Cela montre combien l’intelligence n’est plus sollicitée, dès que l’on fait appel à un choix binaire. Au contraire, ce qui est demandé est la simple recherche de conformité, l’acquiescement à un discours tout fait, sans nuance, et tout élément divergent devient nul et non avenu ou est considéré comme déviant, dangereux. L’autre est soit un AMI, soit un ENNEMI. C’est une logique de guerre, ce n’est plus une logique de discussion ou d’analyse. Et dans cette guerre, les principaux responsables sont invisibles.
On peut ainsi se rendre compte que nos sociétés de la pensée unique ne peuvent plus qu’aboutir et se maintenir grâce au totalitarisme qui prend la forme de la propagande de masse. Par l’habitude de se soumettre à des choix, à réduire toute réalité complexe à des fact checks, vrai ou faux, on impulse aux masses ce qu’il convient ou non de penser. Ainsi progressivement l’information devient le déroulement de fait choisis et orientés que l’on nous dicte comment analyser et comprendre, une pédagogie de masse pour faire accepter les inéluctables conséquences de la pensée unique.
Cette attitude s’accompagne inéluctablement d’un renforcement de l’extrême droite.
C’est ce mécanisme qui a mené le peuple allemand à ne pas dénoncer la mise à l’écart des juifs, puis l’holocauste. Plus près de nous, c’est le même mécanisme qui a été mis en place lors du covid, avec lequel une majorité renforcée par sa légitimité d’appartenir au « camp du Bien » a accepté de cracher sur les non vaccinés de les reléguer sans salaire depuis près de 600 jours…. Bref, de faire ressortir chez chacun, la graine de nazi qui s’ignore.
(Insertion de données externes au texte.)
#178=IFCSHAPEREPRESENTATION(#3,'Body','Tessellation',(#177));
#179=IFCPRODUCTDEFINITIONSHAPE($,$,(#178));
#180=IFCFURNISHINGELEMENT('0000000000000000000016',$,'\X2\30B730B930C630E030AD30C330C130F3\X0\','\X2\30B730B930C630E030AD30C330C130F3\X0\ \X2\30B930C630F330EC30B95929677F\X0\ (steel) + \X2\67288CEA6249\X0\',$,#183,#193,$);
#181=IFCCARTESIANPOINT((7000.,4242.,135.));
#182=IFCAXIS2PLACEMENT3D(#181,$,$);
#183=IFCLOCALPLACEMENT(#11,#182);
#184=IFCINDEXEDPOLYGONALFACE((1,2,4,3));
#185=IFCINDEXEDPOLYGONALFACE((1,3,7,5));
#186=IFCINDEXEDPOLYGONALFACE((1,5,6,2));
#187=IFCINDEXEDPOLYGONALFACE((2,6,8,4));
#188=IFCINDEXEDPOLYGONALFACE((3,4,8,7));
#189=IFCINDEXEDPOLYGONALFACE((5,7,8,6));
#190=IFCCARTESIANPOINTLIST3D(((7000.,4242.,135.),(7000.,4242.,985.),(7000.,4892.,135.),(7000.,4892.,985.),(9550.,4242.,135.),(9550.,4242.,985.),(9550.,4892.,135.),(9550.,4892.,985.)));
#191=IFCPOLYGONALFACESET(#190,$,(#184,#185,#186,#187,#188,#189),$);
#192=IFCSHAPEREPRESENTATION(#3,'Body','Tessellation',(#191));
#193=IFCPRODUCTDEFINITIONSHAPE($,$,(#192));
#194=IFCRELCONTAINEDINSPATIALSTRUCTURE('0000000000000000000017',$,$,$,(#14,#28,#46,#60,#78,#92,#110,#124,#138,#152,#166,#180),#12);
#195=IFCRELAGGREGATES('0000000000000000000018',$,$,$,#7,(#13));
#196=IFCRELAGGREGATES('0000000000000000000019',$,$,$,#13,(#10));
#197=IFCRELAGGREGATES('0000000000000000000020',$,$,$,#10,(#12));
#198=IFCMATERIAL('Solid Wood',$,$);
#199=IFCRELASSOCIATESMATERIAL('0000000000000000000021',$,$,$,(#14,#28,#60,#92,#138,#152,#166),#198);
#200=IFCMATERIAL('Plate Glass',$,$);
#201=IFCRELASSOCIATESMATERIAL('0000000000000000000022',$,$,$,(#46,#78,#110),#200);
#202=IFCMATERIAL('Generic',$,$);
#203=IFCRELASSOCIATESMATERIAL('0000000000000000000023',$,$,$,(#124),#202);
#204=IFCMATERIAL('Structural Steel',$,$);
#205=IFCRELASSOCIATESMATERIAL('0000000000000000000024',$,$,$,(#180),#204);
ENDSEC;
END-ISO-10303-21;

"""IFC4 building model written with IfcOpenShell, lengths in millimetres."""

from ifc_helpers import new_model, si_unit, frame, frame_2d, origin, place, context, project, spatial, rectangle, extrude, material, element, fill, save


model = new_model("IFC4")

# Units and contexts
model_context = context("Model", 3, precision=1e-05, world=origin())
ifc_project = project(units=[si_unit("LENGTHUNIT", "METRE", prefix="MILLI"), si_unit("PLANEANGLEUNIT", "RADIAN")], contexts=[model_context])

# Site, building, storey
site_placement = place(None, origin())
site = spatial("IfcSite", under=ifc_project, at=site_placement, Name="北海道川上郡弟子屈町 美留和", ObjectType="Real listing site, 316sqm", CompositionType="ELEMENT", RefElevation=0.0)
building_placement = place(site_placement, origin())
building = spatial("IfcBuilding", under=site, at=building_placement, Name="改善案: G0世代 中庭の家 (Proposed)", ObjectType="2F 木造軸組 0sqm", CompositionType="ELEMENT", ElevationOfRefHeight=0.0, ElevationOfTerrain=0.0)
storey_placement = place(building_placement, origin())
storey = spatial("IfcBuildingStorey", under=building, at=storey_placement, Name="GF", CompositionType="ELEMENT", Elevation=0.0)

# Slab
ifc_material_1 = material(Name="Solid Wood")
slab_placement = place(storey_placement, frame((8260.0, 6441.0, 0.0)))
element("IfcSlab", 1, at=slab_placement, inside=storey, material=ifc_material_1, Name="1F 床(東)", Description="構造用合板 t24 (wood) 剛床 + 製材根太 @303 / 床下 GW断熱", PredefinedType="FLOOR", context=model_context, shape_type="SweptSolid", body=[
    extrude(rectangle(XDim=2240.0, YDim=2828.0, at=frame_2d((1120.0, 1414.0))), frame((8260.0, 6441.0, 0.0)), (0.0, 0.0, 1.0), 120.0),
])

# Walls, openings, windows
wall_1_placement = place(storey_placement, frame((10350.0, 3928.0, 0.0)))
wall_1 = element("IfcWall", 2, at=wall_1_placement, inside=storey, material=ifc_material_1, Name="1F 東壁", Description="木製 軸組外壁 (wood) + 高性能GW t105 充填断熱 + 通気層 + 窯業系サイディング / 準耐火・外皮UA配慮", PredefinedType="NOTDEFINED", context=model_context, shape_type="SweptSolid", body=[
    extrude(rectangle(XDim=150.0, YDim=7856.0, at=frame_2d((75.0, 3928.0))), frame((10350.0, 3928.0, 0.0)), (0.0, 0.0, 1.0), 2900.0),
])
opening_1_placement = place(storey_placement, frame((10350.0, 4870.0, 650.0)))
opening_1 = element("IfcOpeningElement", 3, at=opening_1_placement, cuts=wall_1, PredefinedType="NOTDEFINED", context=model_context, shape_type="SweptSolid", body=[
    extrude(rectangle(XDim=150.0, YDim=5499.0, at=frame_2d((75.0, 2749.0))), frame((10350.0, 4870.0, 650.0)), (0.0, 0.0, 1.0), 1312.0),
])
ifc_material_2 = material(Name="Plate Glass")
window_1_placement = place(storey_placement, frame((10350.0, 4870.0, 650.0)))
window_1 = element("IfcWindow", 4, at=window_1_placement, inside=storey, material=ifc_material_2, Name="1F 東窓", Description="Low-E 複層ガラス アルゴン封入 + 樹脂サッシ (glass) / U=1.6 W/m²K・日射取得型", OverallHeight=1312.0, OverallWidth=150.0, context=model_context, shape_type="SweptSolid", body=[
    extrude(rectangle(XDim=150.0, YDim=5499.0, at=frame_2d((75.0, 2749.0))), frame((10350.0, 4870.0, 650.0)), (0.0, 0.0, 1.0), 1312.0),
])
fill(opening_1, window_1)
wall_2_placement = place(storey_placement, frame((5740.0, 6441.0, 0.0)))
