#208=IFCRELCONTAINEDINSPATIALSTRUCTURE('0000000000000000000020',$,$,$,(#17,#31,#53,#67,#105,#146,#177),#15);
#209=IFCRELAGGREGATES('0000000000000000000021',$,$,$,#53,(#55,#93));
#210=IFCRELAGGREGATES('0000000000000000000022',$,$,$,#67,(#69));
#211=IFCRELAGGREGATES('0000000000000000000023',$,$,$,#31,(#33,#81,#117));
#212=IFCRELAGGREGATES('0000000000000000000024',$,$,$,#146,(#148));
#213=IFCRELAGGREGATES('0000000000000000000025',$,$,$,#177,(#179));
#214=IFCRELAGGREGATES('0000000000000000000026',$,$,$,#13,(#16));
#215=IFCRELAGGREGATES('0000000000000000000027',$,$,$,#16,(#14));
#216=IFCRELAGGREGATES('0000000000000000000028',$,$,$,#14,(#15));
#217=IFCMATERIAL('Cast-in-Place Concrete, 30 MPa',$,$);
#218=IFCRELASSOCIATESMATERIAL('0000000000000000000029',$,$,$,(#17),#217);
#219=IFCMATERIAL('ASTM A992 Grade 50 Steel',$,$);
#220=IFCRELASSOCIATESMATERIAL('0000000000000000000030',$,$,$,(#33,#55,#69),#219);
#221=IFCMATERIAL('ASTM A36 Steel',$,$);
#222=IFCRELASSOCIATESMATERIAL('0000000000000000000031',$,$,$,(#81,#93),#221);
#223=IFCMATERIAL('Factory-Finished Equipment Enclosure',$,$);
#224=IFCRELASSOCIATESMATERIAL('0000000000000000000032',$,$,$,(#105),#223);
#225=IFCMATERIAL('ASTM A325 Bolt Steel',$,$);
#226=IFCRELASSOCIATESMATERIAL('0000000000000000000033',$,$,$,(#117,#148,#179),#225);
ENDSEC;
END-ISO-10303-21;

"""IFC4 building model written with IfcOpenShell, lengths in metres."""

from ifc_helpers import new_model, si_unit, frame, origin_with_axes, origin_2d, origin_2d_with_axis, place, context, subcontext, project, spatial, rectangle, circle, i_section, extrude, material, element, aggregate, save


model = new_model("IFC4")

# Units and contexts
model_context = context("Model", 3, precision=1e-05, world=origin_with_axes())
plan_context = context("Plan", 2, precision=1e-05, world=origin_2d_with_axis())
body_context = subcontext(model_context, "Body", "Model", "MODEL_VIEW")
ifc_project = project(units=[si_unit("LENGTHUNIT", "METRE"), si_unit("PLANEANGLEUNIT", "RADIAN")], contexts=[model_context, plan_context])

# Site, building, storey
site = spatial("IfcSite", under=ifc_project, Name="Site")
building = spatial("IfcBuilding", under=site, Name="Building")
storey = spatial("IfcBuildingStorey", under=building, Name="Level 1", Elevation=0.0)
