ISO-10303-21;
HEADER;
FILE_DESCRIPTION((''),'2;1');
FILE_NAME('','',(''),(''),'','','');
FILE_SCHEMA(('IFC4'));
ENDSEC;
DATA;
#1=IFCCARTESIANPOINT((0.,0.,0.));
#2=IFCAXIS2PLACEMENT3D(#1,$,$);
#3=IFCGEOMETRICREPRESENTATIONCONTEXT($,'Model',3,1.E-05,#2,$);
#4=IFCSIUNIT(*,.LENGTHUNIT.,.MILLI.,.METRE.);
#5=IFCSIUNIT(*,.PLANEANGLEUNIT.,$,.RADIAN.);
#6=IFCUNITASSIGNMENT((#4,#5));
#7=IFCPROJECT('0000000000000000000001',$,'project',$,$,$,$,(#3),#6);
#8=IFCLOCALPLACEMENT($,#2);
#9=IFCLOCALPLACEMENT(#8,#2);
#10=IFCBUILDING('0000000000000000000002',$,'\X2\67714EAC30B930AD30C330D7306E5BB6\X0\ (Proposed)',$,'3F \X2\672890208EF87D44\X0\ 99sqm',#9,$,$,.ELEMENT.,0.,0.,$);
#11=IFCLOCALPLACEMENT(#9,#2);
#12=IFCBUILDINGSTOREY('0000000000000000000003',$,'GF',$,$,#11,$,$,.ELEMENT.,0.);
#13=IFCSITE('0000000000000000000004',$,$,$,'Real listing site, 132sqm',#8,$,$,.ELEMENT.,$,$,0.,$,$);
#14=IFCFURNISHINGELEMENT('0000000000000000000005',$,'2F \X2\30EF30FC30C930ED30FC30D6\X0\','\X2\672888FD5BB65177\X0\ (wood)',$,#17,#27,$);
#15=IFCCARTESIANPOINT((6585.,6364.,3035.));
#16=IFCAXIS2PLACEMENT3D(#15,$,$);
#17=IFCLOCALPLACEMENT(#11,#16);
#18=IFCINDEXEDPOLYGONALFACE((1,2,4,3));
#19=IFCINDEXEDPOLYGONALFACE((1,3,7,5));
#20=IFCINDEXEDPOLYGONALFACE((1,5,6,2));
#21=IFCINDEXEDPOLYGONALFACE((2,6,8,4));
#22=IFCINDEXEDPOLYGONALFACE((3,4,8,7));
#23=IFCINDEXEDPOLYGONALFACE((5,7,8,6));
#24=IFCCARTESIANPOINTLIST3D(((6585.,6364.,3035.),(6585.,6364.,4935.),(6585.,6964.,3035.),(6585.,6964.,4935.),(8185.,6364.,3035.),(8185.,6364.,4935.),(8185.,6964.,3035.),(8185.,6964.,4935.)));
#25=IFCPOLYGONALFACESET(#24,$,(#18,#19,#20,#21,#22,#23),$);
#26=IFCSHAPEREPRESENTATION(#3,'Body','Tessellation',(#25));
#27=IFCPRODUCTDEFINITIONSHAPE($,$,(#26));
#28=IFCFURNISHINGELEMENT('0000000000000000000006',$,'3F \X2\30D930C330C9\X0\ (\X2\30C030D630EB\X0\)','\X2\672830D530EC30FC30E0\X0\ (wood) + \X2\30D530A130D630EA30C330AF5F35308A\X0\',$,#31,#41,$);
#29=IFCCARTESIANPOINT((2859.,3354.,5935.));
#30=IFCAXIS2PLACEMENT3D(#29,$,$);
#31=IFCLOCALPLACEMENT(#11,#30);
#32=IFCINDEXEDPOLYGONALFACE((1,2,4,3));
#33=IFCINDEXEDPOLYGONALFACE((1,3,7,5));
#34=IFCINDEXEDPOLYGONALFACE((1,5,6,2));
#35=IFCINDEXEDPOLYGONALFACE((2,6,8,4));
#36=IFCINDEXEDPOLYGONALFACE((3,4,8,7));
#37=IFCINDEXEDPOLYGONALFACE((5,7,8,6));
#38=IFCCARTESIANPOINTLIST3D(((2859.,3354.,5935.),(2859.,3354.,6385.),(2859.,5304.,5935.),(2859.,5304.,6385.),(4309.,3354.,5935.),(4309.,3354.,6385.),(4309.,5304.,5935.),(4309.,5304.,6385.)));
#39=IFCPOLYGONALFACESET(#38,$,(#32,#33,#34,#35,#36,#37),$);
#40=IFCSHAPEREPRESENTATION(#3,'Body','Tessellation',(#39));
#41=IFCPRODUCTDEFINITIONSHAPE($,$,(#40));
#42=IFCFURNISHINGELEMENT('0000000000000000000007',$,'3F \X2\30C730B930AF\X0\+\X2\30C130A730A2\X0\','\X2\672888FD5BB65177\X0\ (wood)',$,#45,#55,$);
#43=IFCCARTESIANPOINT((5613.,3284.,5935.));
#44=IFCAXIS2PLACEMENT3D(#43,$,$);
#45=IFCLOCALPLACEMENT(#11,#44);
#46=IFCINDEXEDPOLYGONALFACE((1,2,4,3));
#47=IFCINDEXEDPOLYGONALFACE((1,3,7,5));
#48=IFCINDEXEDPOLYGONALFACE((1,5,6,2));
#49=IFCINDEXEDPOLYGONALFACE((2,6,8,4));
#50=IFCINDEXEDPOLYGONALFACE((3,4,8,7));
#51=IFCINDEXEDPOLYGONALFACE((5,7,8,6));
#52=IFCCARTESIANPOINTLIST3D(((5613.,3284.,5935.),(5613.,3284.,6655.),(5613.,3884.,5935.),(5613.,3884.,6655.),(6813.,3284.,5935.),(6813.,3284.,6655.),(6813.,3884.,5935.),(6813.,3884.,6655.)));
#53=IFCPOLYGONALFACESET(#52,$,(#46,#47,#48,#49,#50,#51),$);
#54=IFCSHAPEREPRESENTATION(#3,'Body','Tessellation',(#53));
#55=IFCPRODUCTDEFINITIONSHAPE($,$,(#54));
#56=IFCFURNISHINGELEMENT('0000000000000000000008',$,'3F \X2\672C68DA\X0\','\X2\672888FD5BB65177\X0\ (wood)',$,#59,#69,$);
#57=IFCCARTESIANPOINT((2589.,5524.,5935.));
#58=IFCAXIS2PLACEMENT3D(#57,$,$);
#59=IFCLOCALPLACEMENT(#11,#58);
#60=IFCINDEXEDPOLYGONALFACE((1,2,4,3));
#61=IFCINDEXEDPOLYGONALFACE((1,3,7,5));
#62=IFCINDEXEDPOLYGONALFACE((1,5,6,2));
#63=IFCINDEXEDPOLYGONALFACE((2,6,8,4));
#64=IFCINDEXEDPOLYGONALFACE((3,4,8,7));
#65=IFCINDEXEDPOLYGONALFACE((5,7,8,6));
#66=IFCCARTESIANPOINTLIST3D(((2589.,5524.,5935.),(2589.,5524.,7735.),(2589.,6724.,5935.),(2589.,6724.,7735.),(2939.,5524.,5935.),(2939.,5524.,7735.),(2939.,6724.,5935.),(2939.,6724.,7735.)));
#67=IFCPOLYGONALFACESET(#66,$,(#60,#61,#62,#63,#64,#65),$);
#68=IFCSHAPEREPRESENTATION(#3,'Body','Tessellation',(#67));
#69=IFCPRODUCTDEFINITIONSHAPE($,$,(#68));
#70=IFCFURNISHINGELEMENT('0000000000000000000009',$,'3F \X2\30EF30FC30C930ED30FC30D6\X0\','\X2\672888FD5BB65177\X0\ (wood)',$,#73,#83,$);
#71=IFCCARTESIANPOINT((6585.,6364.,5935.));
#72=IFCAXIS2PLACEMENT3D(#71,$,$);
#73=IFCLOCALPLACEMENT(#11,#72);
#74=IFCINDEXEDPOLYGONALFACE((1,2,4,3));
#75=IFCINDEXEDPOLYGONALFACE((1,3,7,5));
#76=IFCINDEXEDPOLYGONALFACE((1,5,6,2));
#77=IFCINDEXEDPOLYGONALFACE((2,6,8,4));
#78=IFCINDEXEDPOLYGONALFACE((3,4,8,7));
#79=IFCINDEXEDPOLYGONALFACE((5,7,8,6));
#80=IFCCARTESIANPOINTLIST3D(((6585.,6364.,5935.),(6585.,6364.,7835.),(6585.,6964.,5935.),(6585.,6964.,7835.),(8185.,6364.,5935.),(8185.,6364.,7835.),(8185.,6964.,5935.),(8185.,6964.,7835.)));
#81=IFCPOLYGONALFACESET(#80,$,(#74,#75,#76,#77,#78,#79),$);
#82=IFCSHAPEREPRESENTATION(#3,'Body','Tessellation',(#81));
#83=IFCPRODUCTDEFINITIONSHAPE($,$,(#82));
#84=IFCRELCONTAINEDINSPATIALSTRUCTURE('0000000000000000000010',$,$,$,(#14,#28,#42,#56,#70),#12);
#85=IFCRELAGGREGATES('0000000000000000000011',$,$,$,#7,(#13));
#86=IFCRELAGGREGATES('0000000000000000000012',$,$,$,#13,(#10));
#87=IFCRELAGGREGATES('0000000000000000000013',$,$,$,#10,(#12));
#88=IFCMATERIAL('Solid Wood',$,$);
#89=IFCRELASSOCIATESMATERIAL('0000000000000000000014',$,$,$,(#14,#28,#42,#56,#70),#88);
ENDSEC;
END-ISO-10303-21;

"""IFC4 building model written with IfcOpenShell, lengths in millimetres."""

from ifc_helpers import new_model, si_unit, frame, frame_2d, origin, place, context, project, spatial, rectangle, extrude, material, element, save


model = new_model("IFC4")

# Units and contexts
model_context = context("Model", 3, precision=1e-05, world=origin())
ifc_project = project(units=[si_unit("LENGTHUNIT", "METRE", prefix="MILLI"), si_unit("PLANEANGLEUNIT", "RADIAN")], contexts=[model_context])

# Site, building, storey
site_placement = place(None, origin())
site = spatial("IfcSite", under=ifc_project, at=site_placement, ObjectType="Real listing site, 132sqm", CompositionType="ELEMENT", RefElevation=0.0)
building_placement = place(site_placement, origin())
building = spatial("IfcBuilding", under=site, at=building_placement, Name="東京スキップの家 (Proposed)", ObjectType="3F 木造軸組 99sqm", CompositionType="ELEMENT", ElevationOfRefHeight=0.0, ElevationOfTerrain=0.0)
storey_placement = place(building_placement, origin())
storey = spatial("IfcBuildingStorey", under=building, at=storey_placement, Name="GF", CompositionType="ELEMENT", Elevation=0.0)

# Shared definitions
ifc_material_1 = material(Name="Solid Wood")

# Furnishing elements
furnishing_1_placement = place(storey_placement, frame((6585.0, 6364.0, 3035.0)))
element("IfcFurnishingElement", 1, at=furnishing_1_placement, inside=storey, material=ifc_material_1, Name="2F ワードローブ", Description="木製家具 (wood)", context=model_context, shape_type="SweptSolid", body=[
    extrude(rectangle(XDim=1600.0, YDim=600.0, at=frame_2d((800.0, 300.0))), frame((6585.0, 6364.0, 3035.0)), (0.0, 0.0, 1.0), 1900.0),
])
furnishing_2_placement = place(storey_placement, frame((2859.0, 3354.0, 5935.0)))
element("IfcFurnishingElement", 2, at=furnishing_2_placement, inside=storey, material=ifc_material_1, Name="3F ベッド (ダブル)", Description="木フレーム (wood) + ファブリック張り", context=model_context, shape_type="SweptSolid", body=[
    extrude(rectangle(XDim=1450.0, YDim=1950.0, at=frame_2d((725.0, 975.0))), frame((2859.0, 3354.0, 5935.0)), (0.0, 0.0, 1.0), 450.0),
])
furnishing_3_placement = place(storey_placement, frame((5613.0, 3284.0, 5935.0)))
element("IfcFurnishingElement", 3, at=furnishing_3_placement, inside=storey, material=ifc_material_1, Name="3F デスク+チェア", Description="木製家具 (wood)", context=model_context, shape_type="SweptSolid", body=[
    extrude(rectangle(XDim=1200.0, YDim=600.0, at=frame_2d((600.0, 300.0))), frame((5613.0, 3284.0, 5935.0)), (0.0, 0.0, 1.0), 720.0),
])
furnishing_4_placement = place(storey_placement, frame((2589.0, 5524.0, 5935.0)))
element("IfcFurnishingElement", 4, at=furnishing_4_placement, inside=storey, material=ifc_material_1, Name="3F 本棚", Description="木製家具 (wood)", context=model_context, shape_type="SweptSolid", body=[
    extrude(rectangle(XDim=350.0, YDim=1200.0, at=frame_2d((175.0, 600.0))), frame((2589.0, 5524.0, 5935.0)), (0.0, 0.0, 1.0), 1800.0),
])
furnishing_5_placement = place(storey_placement, frame((6585.0, 6364.0, 5935.0)))
element("IfcFurnishingElement", 5, at=furnishing_5_placement, inside=storey, material=ifc_material_1, Name="3F ワードローブ", Description="木製家具 (wood)", context=model_context, shape_type="SweptSolid", body=[
    extrude(rectangle(XDim=1600.0, YDim=600.0, at=frame_2d((800.0, 300.0))), frame((6585.0, 6364.0, 5935.0)), (0.0, 0.0, 1.0), 1900.0),
])

save(model, "model.ifc")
Cette rhétorique de la banalité du mal développée par A. Arendt a été reprise par Ariane Bilheran pour analyser les mécanismes à l’œuvre durant la crise covid, cachés par la soi-disant neutralité de l’information.* Ce mode de fonctionnement est terrible, car il impose à chacun des choix et relègue tous ceux qui ne se soumettent pas à ce modèle à la NON EXISTENCE, à l’EXCLUSION, à la mort sociale. C’est un processus extrêmement violent d’ostracisation ou de soumission forcées.
La pensée binaire est d’autant plus dangereuse ou séduisante qu’elle nous donne l’illusion de la LIBERTE de penser, l’illusion d’un choix qui au fond, n’en est pas un. Elle ne nous donne pas le choix de n’être d’accord ni avec l’un, ni avec l’autre. Elle n’autorise aucune nuance, aucune abstention, aucune interrogation. Elle a le visage hideux de la bêtise et de l’obéissance aveugles. Elle fait le lit des totalitarismes, elle est l’anti-chambre des camps et de l’extermination de masse au nom de la vérité d’une pensée unique.